--- DATASET ENTRIES Enclosed Below ---

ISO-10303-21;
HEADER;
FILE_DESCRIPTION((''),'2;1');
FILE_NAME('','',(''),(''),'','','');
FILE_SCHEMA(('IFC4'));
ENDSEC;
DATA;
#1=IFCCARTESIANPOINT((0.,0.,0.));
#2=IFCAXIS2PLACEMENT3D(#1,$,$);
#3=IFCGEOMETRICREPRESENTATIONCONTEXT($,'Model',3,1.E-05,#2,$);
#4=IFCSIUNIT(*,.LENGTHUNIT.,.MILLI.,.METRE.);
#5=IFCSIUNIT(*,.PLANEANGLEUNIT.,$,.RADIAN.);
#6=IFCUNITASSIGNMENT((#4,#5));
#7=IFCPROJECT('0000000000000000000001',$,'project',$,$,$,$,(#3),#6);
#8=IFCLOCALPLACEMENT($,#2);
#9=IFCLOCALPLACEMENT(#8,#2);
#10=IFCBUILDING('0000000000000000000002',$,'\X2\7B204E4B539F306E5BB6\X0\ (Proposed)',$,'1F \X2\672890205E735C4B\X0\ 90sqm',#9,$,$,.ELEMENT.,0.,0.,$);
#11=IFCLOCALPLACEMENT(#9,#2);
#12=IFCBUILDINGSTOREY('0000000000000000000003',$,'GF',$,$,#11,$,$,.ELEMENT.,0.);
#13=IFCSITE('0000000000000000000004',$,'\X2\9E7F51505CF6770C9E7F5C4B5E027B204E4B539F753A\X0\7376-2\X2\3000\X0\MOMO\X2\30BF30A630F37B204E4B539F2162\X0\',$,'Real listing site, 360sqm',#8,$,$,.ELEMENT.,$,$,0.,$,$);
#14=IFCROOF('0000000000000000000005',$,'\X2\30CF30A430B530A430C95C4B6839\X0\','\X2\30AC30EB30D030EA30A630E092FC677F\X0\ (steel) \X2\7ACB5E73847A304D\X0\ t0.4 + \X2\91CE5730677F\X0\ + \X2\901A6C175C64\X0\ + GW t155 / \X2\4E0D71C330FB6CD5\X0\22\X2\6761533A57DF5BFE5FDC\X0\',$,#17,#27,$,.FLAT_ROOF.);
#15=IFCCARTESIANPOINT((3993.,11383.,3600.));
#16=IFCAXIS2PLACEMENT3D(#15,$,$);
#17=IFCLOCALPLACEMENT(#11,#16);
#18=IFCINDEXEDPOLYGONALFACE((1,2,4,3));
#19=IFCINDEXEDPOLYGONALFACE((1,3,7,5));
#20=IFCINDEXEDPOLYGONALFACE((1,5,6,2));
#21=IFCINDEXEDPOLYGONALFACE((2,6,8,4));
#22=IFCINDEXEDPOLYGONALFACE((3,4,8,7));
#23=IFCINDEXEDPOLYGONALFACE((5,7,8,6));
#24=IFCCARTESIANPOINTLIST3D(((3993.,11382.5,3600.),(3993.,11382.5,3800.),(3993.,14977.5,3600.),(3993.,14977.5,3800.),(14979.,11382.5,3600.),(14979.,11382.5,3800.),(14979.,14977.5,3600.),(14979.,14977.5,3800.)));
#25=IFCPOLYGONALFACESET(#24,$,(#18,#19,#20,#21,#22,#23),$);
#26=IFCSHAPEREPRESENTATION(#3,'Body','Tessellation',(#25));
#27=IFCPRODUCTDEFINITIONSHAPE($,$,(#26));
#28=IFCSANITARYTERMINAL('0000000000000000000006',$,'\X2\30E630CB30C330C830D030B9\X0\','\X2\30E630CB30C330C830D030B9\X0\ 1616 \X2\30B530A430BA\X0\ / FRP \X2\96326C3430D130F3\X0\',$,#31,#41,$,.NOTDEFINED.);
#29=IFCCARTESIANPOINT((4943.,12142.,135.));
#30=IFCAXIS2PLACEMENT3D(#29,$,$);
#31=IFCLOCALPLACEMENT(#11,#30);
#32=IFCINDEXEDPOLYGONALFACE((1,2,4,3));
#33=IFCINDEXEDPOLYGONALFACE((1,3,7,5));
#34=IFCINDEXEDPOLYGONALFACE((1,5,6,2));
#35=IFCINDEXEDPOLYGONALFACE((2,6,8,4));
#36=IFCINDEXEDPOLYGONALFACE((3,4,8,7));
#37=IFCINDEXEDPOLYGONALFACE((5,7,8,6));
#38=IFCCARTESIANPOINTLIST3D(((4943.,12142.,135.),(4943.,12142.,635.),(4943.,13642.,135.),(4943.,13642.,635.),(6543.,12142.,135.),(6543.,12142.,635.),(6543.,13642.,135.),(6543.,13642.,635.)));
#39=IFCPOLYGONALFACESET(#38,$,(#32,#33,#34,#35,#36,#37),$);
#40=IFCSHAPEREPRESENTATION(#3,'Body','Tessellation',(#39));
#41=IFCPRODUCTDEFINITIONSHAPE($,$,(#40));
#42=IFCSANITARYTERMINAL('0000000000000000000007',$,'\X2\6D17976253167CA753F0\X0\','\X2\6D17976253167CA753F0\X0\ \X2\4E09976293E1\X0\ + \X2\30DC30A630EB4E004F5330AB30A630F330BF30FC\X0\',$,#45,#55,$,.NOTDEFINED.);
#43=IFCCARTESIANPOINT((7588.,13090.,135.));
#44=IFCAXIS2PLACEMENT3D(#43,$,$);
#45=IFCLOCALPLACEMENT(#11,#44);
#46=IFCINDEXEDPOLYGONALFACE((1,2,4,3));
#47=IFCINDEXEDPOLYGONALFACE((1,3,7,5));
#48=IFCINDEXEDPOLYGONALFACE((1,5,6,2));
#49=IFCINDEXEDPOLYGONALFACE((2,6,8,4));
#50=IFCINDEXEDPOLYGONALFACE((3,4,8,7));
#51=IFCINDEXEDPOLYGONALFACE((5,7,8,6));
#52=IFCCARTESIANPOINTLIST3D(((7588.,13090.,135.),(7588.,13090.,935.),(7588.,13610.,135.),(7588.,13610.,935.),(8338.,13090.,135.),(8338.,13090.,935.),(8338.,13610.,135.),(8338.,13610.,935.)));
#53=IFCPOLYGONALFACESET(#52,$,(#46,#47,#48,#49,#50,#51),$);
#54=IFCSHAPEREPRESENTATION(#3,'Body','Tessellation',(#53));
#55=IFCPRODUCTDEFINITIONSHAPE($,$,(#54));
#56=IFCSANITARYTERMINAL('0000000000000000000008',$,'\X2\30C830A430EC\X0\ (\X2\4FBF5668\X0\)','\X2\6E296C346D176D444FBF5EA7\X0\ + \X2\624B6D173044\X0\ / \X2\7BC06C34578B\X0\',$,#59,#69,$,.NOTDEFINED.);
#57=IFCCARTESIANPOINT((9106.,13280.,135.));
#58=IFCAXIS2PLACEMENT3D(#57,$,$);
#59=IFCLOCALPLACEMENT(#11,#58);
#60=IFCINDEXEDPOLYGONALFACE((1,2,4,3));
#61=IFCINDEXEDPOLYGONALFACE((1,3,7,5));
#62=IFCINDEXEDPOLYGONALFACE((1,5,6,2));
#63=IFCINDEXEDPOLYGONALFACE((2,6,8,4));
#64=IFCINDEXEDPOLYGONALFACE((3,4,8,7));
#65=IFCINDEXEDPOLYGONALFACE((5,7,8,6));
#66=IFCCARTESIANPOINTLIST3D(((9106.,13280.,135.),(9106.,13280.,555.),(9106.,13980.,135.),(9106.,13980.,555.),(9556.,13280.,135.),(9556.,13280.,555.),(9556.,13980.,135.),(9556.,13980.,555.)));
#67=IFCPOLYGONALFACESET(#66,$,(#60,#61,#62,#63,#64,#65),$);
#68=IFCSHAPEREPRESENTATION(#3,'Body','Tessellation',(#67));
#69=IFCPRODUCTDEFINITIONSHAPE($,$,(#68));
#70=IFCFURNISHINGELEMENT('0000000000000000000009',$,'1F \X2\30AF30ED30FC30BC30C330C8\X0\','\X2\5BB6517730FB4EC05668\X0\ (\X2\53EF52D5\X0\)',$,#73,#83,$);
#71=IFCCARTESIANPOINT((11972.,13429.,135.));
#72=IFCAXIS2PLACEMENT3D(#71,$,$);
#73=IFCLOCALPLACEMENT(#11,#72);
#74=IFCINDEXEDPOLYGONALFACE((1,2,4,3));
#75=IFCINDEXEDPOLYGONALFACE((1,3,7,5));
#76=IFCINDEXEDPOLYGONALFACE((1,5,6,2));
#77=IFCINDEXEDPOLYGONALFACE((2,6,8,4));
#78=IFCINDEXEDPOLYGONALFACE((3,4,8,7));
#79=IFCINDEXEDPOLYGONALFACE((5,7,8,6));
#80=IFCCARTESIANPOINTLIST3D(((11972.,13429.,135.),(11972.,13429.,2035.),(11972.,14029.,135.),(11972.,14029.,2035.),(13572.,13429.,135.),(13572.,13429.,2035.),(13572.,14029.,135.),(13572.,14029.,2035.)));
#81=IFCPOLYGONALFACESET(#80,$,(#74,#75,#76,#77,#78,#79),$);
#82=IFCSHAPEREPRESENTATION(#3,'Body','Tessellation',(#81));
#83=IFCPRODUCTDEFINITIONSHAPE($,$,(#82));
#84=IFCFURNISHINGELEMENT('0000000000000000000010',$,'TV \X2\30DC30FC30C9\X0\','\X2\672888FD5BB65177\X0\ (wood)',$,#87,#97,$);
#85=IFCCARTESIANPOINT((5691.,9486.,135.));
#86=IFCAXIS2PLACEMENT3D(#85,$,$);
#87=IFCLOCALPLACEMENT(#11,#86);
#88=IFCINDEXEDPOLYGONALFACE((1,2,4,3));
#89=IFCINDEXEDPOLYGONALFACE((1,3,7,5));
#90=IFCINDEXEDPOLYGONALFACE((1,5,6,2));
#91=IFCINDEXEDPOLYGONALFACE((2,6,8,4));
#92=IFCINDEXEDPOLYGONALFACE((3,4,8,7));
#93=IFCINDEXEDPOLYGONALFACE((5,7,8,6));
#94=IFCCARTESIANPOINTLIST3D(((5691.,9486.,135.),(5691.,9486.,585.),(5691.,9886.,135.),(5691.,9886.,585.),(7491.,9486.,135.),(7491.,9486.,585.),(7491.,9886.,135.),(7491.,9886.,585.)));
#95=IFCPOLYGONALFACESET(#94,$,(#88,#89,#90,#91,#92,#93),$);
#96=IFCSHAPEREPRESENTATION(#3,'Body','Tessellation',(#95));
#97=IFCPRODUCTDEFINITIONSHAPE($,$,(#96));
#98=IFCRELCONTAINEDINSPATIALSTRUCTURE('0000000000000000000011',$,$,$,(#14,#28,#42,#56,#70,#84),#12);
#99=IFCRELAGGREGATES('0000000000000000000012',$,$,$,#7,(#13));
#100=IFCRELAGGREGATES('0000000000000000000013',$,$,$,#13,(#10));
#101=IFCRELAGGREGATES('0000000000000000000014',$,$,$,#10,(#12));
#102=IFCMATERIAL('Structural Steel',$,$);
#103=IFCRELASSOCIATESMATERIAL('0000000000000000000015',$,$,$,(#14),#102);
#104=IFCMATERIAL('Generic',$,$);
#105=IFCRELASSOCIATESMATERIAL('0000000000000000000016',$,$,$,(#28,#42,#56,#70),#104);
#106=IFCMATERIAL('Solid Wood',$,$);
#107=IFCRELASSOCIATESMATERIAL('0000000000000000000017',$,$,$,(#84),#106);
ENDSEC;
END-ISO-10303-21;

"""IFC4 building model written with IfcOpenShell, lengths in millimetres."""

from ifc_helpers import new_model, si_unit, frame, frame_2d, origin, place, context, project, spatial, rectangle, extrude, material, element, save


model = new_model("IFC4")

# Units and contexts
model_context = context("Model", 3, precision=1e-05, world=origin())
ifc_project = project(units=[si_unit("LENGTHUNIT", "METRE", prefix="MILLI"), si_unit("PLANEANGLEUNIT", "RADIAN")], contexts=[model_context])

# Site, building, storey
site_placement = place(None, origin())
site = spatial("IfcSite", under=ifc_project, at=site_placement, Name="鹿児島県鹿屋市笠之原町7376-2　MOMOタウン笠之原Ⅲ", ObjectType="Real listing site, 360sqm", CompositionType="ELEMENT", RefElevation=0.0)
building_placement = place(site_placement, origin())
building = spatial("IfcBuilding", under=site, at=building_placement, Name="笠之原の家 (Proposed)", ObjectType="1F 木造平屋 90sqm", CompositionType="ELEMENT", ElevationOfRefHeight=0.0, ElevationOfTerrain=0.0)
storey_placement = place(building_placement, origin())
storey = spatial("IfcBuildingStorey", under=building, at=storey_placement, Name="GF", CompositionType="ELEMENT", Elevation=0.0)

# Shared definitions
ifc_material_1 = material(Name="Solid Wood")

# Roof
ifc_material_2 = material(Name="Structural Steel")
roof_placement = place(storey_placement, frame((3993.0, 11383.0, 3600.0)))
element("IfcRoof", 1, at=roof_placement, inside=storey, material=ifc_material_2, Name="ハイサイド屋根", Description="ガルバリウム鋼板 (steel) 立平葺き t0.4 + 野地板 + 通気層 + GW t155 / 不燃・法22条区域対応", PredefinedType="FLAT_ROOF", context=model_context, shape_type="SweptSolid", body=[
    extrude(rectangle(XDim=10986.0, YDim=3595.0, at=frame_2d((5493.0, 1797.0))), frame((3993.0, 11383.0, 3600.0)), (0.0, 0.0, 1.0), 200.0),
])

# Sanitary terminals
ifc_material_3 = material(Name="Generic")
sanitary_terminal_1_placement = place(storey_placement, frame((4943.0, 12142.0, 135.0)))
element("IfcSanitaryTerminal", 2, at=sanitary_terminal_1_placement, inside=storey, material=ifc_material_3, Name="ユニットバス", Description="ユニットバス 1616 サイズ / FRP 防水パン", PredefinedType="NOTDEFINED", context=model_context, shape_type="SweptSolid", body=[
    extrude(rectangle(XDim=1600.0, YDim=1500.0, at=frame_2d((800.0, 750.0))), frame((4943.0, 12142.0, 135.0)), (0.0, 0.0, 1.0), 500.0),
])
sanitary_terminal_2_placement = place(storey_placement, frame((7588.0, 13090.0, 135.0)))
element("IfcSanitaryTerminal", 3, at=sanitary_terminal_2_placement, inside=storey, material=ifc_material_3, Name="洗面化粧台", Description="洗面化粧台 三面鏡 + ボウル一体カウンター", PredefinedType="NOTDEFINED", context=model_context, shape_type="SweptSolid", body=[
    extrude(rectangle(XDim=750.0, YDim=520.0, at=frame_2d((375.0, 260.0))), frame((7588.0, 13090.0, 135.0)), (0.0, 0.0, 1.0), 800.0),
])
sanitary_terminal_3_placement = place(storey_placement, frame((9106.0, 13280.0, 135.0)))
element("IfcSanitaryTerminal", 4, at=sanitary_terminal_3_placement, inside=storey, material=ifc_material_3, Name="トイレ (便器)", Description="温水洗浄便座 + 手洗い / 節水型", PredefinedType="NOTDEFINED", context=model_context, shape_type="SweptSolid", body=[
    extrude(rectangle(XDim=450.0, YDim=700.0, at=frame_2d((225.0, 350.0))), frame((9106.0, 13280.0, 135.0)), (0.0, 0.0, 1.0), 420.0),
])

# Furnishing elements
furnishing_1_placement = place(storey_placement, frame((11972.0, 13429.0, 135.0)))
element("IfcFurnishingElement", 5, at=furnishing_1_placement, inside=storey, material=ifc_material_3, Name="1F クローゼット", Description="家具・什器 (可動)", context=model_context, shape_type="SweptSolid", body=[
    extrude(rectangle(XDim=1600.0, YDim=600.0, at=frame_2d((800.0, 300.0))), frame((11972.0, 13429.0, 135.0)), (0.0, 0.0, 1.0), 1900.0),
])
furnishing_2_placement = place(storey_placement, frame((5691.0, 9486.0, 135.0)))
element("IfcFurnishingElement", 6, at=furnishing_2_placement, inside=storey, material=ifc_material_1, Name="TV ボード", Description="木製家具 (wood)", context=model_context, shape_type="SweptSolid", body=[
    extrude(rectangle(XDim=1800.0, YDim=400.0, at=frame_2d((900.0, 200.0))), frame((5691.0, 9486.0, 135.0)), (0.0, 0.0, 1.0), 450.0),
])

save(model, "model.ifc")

--- End of Enclosed DATASET ENTRIES ---

• [WORK TASK]
Go to the line in the material above that contains "#21=IFCINDEXEDPOLYGONALFACE((2,6,8,4));" and copy exactly from there through the line that contains "#33=IFCINDEXEDPOLYGONALFACE((1,3,7,5));", stopping after it.

• [ANSWER FOR THE TASK]
#21=IFCINDEXEDPOLYGONALFACE((2,6,8,4));
#22=IFCINDEXEDPOLYGONALFACE((3,4,8,7));
#23=IFCINDEXEDPOLYGONALFACE((5,7,8,6));
#24=IFCCARTESIANPOINTLIST3D(((3993.,11382.5,3600.),(3993.,11382.5,3800.),(3993.,14977.5,3600.),(3993.,14977.5,3800.),(14979.,11382.5,3600.),(14979.,11382.5,3800.),(14979.,14977.5,3600.),(14979.,14977.5,3800.)));
#25=IFCPOLYGONALFACESET(#24,$,(#18,#19,#20,#21,#22,#23),$);
#26=IFCSHAPEREPRESENTATION(#3,'Body','Tessellation',(#25));
#27=IFCPRODUCTDEFINITIONSHAPE($,$,(#26));
#28=IFCSANITARYTERMINAL('0000000000000000000006',$,'\X2\30E630CB30C330C830D030B9\X0\','\X2\30E630CB30C330C830D030B9\X0\ 1616 \X2\30B530A430BA\X0\ / FRP \X2\96326C3430D130F3\X0\',$,#31,#41,$,.NOTDEFINED.);
#29=IFCCARTESIANPOINT((4943.,12142.,135.));
#30=IFCAXIS2PLACEMENT3D(#29,$,$);
#31=IFCLOCALPLACEMENT(#11,#30);
#32=IFCINDEXEDPOLYGONALFACE((1,2,4,3));
#33=IFCINDEXEDPOLYGONALFACE((1,3,7,5));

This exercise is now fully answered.